Testing attribute groups
To understand what the output of an attribute group will look like, use the Signals test
method. This will output a table of attributes calculated from your atomic
events table.
from snowplow_signals import Signals
# Connect to Signals
sp_signals = Signals(
{{ config }}
)
# Run the test
test_data = sp_signals.test(
attribute_group=my_attribute_group,
app_ids=["website"] # The app_id in your Snowplow events
)
While you can filter on specific app_ids during testing, both the streaming and batch engines may be configured to process only a subset of relevant app_ids to avoid unnecessary compute. As a result, testing with an arbitrary app_id may not yield expected data if it isn’t included in the configured subset.

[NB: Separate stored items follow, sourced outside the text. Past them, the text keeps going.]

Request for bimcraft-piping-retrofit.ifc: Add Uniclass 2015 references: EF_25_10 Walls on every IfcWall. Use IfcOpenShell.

First a look at what the model holds.

```python
import ifcopenshell

model = ifcopenshell.open("bimcraft-piping-retrofit.ifc")
print(model.schema)
print("classifications:", [c.Name for c in model.by_type("IfcClassification")])
for ifc_class in ("IfcDoor", "IfcRoof", "IfcStair", "IfcWall", "IfcWindow"):
    print(ifc_class, len(model.by_type(ifc_class)))
```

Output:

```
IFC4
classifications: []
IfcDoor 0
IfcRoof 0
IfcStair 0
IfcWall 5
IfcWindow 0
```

```python
import ifcopenshell
import ifcopenshell.api.classification

model = ifcopenshell.open("bimcraft-piping-retrofit.ifc")

system = ifcopenshell.api.classification.add_classification(model, classification="Uniclass 2015")

codes = {
    "IfcWall": ("EF_25_10", "Walls"),
}
for ifc_class, (code, name) in codes.items():
    products = model.by_type(ifc_class)
    ifcopenshell.api.classification.add_reference(
        model, products=products, classification=system, identification=code, name=name
    )
    print(code, len(products))

model.write("bimcraft-piping-retrofit_v2.ifc")
```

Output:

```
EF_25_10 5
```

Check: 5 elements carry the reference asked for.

To see which attributes an attribute group has, use get_attribute_group()
. Here's an example:
attribute_definitions = sp_signals.get_attribute_group(
name="my_attribute_group",
version=1,
)
print(attribute_definitions)
The table below lists all available arguments for get_attribute_group()
Argument | Description | Type | Required? |
---|---|---|---|
name | The name of the attribute group | string | ✅ |
version | The attribute group version | int | ❌ |
If you don't specify a version, Signals will retrieve the latest version.

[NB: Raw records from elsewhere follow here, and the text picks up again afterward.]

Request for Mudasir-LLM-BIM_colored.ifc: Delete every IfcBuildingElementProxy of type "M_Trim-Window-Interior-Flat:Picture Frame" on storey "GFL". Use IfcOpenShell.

First a look at what the model holds.

```python
import ifcopenshell
import ifcopenshell.util.element

model = ifcopenshell.open("Mudasir-LLM-BIM_colored.ifc")
print(model.schema)
storey = next(s for s in model.by_type("IfcBuildingStorey") if s.Name == "GFL")
proxies = [e for e in ifcopenshell.util.element.get_decomposition(storey) if e.is_a("IfcBuildingElementProxy")]
seen = {}
for e in proxies:
    element_type = ifcopenshell.util.element.get_type(e)
    name = element_type.Name if element_type not in (None, e) else None
    seen[name] = seen.get(name, 0) + 1
for name, count in sorted(seen.items(), key=str):
    print(count, "x", name)
```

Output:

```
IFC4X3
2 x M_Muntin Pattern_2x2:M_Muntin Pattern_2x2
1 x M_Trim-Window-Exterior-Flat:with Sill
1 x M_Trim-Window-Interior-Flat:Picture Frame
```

```python
import ifcopenshell
import ifcopenshell.api.root
import ifcopenshell.util.element

model = ifcopenshell.open("Mudasir-LLM-BIM_colored.ifc")

storey = next(s for s in model.by_type("IfcBuildingStorey") if s.Name == "GFL")
proxies = [e for e in ifcopenshell.util.element.get_decomposition(storey) if e.is_a("IfcBuildingElementProxy")]
targets = [e for e in proxies if (t := ifcopenshell.util.element.get_type(e)) not in (None, e) and t.Name == "M_Trim-Window-Interior-Flat:Picture Frame"]

for e in targets:
    ifcopenshell.api.root.remove_product(model, product=e)
print(len(targets), "removed")

model.write("Mudasir-LLM-BIM_colored_rev.ifc")
```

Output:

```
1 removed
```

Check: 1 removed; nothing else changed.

Publishing attribute groups
Use the publish()
method to register attribute groups with Signals. This makes them available for real-time calculation and retrieval.
from snowplow_signals import Signals
# Connect to Signals
sp_signals = Signals(
{{ config }}
)
# Publish attribute groups
sp_signals.publish([
my_attribute_group,
my_other_attribute_group
])
If you only want to publish the attribute group definitions, and don't want to calculate the attribute values now, set the online=False
option.
Attribute groups can be set to expire
Some attributes will only be relevant for a certain amount of time, and eventually stop being updated.
To avoid stale attributes staying in your Profiles Store forever, you can configure TTL lifetimes for attribute keys and attribute groups. When none of the attributes for an attribute key or attribute group have been updated for the defined lifespan, the attribute key or attribute group expires. Any attribute values for this attribute key or attribute group will be deleted: fetching them will return None
values.
If Signals then processes a new event that calculates the attribute again, or syncs the attribute from the warehouse again, the expiration timer is reset.
Extended stream attribute group example
This example shows all the available configuration options for a stream attribute group.
This attribute group groups attributes for a user attribute key, to be calculated in real-time.
from snowplow_signals import StreamAttributeGroup, user_id
stream_attribute_group = StreamAttributeGroup(
name="comprehensive_stream_attribute_group",
version=2,
attribute_key=user_id,
owner="data-team@company.com",
attributes=[
page_view_count,
session_duration,
conversion_rate,
],
description="User engagement attributes in real-time",
ttl=timedelta(days=90), # Attributes live in the Profiles Store for 90 days
)
Signals will start calculating attributes as soon as this attribute group configuration is applied.